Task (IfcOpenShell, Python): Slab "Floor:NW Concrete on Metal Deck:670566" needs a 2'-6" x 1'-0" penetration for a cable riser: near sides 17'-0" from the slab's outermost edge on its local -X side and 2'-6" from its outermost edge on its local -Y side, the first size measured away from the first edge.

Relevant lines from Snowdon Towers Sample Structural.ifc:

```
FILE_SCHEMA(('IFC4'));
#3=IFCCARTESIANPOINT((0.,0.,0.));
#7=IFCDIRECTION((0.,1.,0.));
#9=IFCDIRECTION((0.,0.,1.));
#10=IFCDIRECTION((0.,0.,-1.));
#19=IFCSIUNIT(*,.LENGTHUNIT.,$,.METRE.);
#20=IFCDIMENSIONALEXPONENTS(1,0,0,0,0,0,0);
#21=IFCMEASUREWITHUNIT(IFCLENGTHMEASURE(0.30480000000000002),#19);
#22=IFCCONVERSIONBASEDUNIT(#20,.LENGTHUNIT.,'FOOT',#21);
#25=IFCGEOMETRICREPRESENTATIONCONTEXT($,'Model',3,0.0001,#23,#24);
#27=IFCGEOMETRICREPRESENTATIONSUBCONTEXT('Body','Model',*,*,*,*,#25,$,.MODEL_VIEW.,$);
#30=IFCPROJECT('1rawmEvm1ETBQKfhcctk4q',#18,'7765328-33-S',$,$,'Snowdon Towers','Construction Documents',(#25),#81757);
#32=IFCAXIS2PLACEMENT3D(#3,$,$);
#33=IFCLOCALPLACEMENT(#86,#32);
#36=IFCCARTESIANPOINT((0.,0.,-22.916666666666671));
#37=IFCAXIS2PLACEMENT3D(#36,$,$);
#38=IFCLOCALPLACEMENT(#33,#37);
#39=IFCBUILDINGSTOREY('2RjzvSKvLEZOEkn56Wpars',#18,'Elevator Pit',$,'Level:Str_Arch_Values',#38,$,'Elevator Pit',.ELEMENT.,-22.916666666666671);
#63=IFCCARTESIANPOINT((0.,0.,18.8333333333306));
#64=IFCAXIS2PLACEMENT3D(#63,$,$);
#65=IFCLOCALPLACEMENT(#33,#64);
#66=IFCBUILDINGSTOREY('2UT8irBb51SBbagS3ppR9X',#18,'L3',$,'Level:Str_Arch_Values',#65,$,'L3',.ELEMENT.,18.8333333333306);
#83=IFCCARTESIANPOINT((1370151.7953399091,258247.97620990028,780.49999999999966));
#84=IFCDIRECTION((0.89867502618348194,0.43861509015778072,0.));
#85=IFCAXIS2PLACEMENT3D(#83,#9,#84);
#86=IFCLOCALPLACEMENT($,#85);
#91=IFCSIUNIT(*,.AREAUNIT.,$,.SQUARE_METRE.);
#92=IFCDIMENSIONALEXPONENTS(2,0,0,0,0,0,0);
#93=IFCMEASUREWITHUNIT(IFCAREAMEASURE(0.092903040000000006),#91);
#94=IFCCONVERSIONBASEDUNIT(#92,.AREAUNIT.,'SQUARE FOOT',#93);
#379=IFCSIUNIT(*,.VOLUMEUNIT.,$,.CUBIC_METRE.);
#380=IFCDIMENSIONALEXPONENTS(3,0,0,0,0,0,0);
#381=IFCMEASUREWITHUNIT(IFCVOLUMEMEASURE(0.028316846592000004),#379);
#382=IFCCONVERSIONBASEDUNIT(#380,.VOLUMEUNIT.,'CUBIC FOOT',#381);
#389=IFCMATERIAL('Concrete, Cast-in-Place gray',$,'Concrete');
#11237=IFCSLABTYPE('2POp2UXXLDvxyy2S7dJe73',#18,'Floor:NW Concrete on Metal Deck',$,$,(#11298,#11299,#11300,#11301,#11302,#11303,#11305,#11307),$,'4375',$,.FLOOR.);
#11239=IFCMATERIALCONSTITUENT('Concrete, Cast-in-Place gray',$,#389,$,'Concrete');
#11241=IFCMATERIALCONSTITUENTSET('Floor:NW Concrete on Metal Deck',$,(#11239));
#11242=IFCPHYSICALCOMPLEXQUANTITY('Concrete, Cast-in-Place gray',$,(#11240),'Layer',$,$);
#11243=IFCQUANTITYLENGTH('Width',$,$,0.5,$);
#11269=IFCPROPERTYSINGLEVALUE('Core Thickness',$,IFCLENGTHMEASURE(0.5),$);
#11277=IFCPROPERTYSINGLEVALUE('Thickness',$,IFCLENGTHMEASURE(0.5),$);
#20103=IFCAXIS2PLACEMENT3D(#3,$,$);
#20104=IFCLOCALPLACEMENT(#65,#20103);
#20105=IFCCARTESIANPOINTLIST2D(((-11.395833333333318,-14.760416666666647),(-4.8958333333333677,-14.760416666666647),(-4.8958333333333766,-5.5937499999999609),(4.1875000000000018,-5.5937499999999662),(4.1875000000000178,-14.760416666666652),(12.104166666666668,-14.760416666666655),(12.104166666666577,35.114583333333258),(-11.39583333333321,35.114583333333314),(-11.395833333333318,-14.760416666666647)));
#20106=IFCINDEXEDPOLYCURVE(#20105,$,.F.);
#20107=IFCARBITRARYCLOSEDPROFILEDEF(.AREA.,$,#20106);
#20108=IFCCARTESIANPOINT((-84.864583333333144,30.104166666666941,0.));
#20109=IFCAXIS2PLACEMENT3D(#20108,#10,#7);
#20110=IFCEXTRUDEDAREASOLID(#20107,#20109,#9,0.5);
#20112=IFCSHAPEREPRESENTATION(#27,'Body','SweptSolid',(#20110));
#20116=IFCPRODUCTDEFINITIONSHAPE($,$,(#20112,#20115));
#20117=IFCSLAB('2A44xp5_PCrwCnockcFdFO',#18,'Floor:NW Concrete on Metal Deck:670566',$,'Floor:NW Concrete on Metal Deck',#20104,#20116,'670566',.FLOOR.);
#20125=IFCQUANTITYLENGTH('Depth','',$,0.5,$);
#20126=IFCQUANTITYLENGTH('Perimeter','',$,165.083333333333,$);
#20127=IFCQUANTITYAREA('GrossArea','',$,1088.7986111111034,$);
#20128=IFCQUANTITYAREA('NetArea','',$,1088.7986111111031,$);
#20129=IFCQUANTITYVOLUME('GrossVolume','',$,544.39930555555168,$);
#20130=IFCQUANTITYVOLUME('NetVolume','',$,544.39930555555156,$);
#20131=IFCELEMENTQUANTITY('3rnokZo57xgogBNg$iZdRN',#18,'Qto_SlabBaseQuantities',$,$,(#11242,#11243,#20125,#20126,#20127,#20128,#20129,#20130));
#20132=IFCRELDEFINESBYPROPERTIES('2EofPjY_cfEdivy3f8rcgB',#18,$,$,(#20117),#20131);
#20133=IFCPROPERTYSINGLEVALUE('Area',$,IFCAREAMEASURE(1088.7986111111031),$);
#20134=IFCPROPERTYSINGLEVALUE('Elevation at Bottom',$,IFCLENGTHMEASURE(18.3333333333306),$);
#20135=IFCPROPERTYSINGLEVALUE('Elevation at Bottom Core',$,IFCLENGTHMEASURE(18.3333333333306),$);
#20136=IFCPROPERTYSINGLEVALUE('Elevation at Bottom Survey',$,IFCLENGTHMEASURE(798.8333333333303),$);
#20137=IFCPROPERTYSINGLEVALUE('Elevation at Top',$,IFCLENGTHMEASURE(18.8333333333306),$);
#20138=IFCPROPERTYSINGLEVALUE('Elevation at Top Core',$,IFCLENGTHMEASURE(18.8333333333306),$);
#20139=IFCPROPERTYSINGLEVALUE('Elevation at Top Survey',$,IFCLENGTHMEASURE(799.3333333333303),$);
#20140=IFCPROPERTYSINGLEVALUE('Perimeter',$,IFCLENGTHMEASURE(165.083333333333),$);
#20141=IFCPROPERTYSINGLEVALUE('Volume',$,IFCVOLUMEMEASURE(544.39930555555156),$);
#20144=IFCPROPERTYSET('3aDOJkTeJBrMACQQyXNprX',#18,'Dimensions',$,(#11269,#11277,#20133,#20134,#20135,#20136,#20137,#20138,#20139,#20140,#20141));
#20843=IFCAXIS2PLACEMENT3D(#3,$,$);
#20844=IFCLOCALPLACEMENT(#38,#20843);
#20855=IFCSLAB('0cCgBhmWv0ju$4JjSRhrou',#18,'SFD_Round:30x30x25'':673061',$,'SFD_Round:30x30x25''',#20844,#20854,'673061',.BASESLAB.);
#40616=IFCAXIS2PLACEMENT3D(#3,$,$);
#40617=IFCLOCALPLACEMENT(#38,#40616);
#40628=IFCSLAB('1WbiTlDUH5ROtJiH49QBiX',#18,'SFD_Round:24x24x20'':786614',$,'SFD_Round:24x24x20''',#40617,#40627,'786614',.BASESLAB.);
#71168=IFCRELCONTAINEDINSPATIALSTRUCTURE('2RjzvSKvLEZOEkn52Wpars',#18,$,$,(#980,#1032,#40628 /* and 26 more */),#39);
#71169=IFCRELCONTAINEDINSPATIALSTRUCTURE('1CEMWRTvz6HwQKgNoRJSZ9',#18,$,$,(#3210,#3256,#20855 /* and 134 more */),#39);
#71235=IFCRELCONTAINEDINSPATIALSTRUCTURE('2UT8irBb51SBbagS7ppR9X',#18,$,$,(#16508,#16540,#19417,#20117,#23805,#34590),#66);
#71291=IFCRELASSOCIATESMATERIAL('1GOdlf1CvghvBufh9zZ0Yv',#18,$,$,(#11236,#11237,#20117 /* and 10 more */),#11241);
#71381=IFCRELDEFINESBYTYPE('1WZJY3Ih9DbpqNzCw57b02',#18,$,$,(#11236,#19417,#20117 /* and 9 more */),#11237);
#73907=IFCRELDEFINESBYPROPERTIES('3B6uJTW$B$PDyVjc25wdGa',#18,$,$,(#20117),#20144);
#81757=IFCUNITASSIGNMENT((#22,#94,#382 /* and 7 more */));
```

```python
import numpy as np
import ifcopenshell
import ifcopenshell.api.feature
import ifcopenshell.api.geometry
import ifcopenshell.api.pset
import ifcopenshell.api.root
import ifcopenshell.geom
import ifcopenshell.util.element
import ifcopenshell.util.placement
import ifcopenshell.util.representation
import ifcopenshell.util.shape
import ifcopenshell.util.unit

model = ifcopenshell.open("Snowdon Towers Sample Structural.ifc")
unit_scale = ifcopenshell.util.unit.calculate_unit_scale(model)
area_scale = ifcopenshell.util.unit.calculate_unit_scale(model, "AREAUNIT")
volume_scale = ifcopenshell.util.unit.calculate_unit_scale(model, "VOLUMEUNIT")
settings = ifcopenshell.geom.settings()


def volume(element):
    """Net volume in cubic metres, openings subtracted."""
    shape = ifcopenshell.geom.create_shape(settings, element)
    return ifcopenshell.util.shape.get_volume(shape.geometry)


slab = model.by_guid("2A44xp5_PCrwCnockcFdFO")
before = volume(slab)

# Extent in the slab's own axes, in metres. The edges named are its -X and -Y sides.
slab_shape = ifcopenshell.geom.create_shape(settings, slab)
vertices = ifcopenshell.util.shape.get_vertices(slab_shape.geometry)
x_min, y_min, bottom = vertices.min(axis=0)
top = vertices[:, 2].max()

opening = ifcopenshell.api.root.create_entity(model, ifc_class="IfcOpeningElement", name="Cable riser opening", predefined_type="OPENING")
context = ifcopenshell.util.representation.get_context(model, "Model", "Body", "MODEL_VIEW")
width, depth = 0.762, 0.3048
outline = [(0.0, 0.0), (width, 0.0), (width, depth), (0.0, depth), (0.0, 0.0)]
# Overshoot both faces by 50 mm so the cut is clean.
shape = ifcopenshell.api.geometry.add_slab_representation(
    model, context=context, depth=top - bottom + 0.1, polyline=outline
)
ifcopenshell.api.geometry.assign_representation(model, product=opening, representation=shape)

matrix = ifcopenshell.util.placement.get_local_placement(slab.ObjectPlacement)
matrix[:, 3] = matrix @ np.append(np.array([x_min + 5.1816, y_min + 0.762, bottom - 0.05]) / unit_scale, 1.0)
ifcopenshell.api.geometry.edit_object_placement(model, product=opening, matrix=matrix, is_si=False)
ifcopenshell.api.feature.add_feature(model, feature=opening, element=slab)

after = volume(slab)

# Update the slab's stored quantities.
qto = model.by_id(ifcopenshell.util.element.get_pset(slab, "Qto_SlabBaseQuantities", should_inherit=False)["id"])
ifcopenshell.api.pset.edit_qto(model, qto=qto, properties={
    "NetArea": after / (top - bottom) / area_scale,
    "NetVolume": after / volume_scale,
})
pset = model.by_id(ifcopenshell.util.element.get_pset(slab, "Dimensions", should_inherit=False)["id"])
ifcopenshell.api.pset.edit_pset(model, pset=pset, properties={
    "Area": model.create_entity("IfcAreaMeasure", after / (top - bottom) / area_scale),
    "Volume": model.create_entity("IfcVolumeMeasure", after / volume_scale),
})

print(f"slab volume {before:.3f} -> {after:.3f} m3")

model.write("Snowdon Towers Sample Structural_rev.ifc")
```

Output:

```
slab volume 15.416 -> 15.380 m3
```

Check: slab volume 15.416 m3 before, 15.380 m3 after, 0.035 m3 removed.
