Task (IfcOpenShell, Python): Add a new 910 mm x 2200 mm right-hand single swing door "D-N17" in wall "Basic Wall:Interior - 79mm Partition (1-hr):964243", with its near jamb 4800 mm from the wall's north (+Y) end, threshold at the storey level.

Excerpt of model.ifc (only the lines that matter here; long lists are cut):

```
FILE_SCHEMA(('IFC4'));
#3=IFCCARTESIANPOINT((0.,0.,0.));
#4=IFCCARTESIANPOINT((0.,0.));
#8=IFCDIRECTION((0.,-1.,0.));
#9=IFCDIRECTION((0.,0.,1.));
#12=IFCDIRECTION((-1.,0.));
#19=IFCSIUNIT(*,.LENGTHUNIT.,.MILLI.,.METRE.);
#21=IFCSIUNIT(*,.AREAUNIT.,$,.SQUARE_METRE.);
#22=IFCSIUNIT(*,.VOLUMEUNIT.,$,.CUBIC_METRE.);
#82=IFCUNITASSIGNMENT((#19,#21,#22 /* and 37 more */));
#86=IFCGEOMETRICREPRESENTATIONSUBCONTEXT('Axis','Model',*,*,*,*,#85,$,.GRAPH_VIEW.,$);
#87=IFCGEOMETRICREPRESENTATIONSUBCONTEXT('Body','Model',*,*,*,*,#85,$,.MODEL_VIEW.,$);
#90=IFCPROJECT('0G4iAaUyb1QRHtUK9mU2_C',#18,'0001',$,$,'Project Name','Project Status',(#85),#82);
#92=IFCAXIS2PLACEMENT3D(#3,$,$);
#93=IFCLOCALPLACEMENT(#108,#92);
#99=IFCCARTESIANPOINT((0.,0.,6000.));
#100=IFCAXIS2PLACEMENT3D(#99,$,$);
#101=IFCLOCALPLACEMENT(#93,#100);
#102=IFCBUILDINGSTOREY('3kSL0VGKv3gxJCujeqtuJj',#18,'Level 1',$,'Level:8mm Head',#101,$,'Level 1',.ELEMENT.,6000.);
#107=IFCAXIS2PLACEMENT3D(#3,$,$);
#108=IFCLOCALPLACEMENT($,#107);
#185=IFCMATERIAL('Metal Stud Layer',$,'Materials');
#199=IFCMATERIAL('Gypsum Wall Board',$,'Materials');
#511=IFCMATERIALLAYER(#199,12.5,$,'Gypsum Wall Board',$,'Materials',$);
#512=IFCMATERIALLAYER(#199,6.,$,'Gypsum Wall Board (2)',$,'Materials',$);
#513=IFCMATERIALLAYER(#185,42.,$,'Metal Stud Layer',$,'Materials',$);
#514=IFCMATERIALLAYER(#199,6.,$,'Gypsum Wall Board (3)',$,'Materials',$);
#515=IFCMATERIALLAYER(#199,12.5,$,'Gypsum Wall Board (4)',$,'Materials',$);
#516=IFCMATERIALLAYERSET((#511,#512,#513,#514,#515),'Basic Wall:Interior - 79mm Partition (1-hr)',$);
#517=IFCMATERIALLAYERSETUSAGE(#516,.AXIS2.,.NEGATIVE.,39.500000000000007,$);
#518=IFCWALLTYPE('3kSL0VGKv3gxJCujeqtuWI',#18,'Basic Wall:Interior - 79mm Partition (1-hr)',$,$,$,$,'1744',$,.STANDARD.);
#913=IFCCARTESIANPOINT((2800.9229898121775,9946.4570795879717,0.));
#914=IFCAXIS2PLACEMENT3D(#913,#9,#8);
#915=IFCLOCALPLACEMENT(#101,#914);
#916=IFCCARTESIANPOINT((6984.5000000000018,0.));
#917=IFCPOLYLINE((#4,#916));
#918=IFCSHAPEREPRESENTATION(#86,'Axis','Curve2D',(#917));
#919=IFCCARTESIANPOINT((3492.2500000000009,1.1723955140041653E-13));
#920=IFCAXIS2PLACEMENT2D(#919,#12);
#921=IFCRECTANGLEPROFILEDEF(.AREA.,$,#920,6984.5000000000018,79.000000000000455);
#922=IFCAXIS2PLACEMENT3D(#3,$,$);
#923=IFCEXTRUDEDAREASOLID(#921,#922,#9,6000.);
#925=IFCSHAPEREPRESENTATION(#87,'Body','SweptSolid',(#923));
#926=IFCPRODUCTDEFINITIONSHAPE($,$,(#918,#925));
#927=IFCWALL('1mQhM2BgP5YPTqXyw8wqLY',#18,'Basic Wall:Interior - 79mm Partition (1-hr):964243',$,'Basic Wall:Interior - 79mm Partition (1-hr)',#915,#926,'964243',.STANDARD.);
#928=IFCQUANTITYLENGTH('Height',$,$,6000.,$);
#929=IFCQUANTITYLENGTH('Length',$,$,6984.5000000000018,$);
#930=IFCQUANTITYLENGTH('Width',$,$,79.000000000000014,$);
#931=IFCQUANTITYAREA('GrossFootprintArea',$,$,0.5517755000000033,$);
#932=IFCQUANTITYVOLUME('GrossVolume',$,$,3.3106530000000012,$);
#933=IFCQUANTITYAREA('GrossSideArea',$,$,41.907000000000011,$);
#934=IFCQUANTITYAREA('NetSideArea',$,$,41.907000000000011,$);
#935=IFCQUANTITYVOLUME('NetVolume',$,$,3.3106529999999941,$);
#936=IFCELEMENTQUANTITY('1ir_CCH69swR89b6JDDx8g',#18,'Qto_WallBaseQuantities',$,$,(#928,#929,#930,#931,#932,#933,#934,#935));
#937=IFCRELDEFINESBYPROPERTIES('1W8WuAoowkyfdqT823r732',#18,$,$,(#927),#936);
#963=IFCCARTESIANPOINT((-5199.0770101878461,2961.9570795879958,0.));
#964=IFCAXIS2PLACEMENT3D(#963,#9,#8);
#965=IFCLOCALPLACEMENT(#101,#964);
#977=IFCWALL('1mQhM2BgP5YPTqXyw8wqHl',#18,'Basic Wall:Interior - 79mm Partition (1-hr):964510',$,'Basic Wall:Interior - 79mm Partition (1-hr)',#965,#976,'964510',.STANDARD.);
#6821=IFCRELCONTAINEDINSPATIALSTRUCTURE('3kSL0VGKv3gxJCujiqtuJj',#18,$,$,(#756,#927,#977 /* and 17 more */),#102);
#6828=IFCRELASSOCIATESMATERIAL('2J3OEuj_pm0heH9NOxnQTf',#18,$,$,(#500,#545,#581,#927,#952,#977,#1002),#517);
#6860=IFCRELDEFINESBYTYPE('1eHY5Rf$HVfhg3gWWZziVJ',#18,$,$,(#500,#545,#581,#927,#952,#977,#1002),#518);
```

```python
import numpy as np
import ifcopenshell
import ifcopenshell.api.feature
import ifcopenshell.api.geometry
import ifcopenshell.api.pset
import ifcopenshell.api.root
import ifcopenshell.api.spatial
import ifcopenshell.geom
import ifcopenshell.util.element
import ifcopenshell.util.placement
import ifcopenshell.util.representation
import ifcopenshell.util.shape
import ifcopenshell.util.unit

model = ifcopenshell.open("model.ifc")
unit_scale = ifcopenshell.util.unit.calculate_unit_scale(model)
area_scale = ifcopenshell.util.unit.calculate_unit_scale(model, "AREAUNIT")
volume_scale = ifcopenshell.util.unit.calculate_unit_scale(model, "VOLUMEUNIT")
settings = ifcopenshell.geom.settings()


def volume(element):
    """Net volume in cubic metres, openings subtracted."""
    shape = ifcopenshell.geom.create_shape(settings, element)
    return ifcopenshell.util.shape.get_volume(shape.geometry)


wall = model.by_guid("1mQhM2BgP5YPTqXyw8wqLY")
storey = ifcopenshell.util.element.get_container(wall, ifc_class="IfcBuildingStorey")
context = ifcopenshell.util.representation.get_context(model, "Model", "Body", "MODEL_VIEW")
before = volume(wall)

width, height, from_end, sill = 0.91, 2.2, 4.8, 0.0  # metres

# The wall runs along its own X axis, and the end named is its -X end.
wall_shape = ifcopenshell.geom.create_shape(settings, wall)
x, y, z = ifcopenshell.util.shape.get_vertices(wall_shape.geometry).T
start = x.min() + from_end
face, thickness = float(y.min()), float(y.max() - y.min())
wall_matrix = ifcopenshell.util.placement.get_local_placement(wall.ObjectPlacement)
level = ifcopenshell.util.placement.get_local_placement(storey.ObjectPlacement)[2, 3]


def in_wall(x, y):
    """Placement at x, y metres in the wall's axes, at sill height."""
    matrix = wall_matrix.copy()
    matrix[:, 3] = wall_matrix @ np.array([x / unit_scale, y / unit_scale, 0.0, 1.0])
    matrix[2, 3] = level + sill / unit_scale
    return matrix


# Opening: a box that overshoots both wall faces by 50 mm.
opening = ifcopenshell.api.root.create_entity(model, ifc_class="IfcOpeningElement", predefined_type="OPENING")
box = ifcopenshell.api.geometry.add_wall_representation(
    model, context=context, length=width, height=height, thickness=thickness + 0.1
)
ifcopenshell.api.geometry.assign_representation(model, product=opening, representation=box)
ifcopenshell.api.geometry.edit_object_placement(model, product=opening, matrix=in_wall(start, face - 0.05), is_si=False)
ifcopenshell.api.feature.add_feature(model, feature=opening, element=wall)

door = ifcopenshell.api.root.create_entity(model, ifc_class="IfcDoor", name="D-N17", predefined_type="DOOR")
door.OverallWidth, door.OverallHeight = width / unit_scale, height / unit_scale
door.OperationType = "SINGLE_SWING_RIGHT"
body = ifcopenshell.api.geometry.add_door_representation(
    model,
    context=context,
    overall_width=door.OverallWidth,
    overall_height=door.OverallHeight,
    operation_type="SINGLE_SWING_RIGHT",
    lining_properties={"LiningDepth": thickness / unit_scale, "ThresholdDepth": thickness / unit_scale},
)
ifcopenshell.api.geometry.assign_representation(model, product=door, representation=body)
ifcopenshell.api.spatial.assign_container(model, products=[door], relating_structure=storey)
ifcopenshell.api.feature.add_filling(model, opening=opening, element=door)

# The lining spans the wall, so the door starts at the wall face.
ifcopenshell.api.geometry.edit_object_placement(model, product=door, matrix=in_wall(start, face), is_si=False)

after = volume(wall)

# Update the wall's stored quantities.
qto = model.by_id(ifcopenshell.util.element.get_pset(wall, "Qto_WallBaseQuantities", should_inherit=False)["id"])
ifcopenshell.api.pset.edit_qto(model, qto=qto, properties={
    "NetSideArea": after / thickness / area_scale,
    "NetVolume": after / volume_scale,
})

print(f"wall volume {before:.3f} -> {after:.3f} m3")

model.write("model_rev.ifc")
```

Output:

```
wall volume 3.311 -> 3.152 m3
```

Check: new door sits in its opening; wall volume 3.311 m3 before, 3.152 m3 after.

-------

Assigned task:
Check each line of the listing for "IFCPRODUCTDEFINITIONSHAPE". Show those that have it.

Finished exercise:
#20116=IFCPRODUCTDEFINITIONSHAPE($,$,(#20112,#20115));
#926=IFCPRODUCTDEFINITIONSHAPE($,$,(#918,#925));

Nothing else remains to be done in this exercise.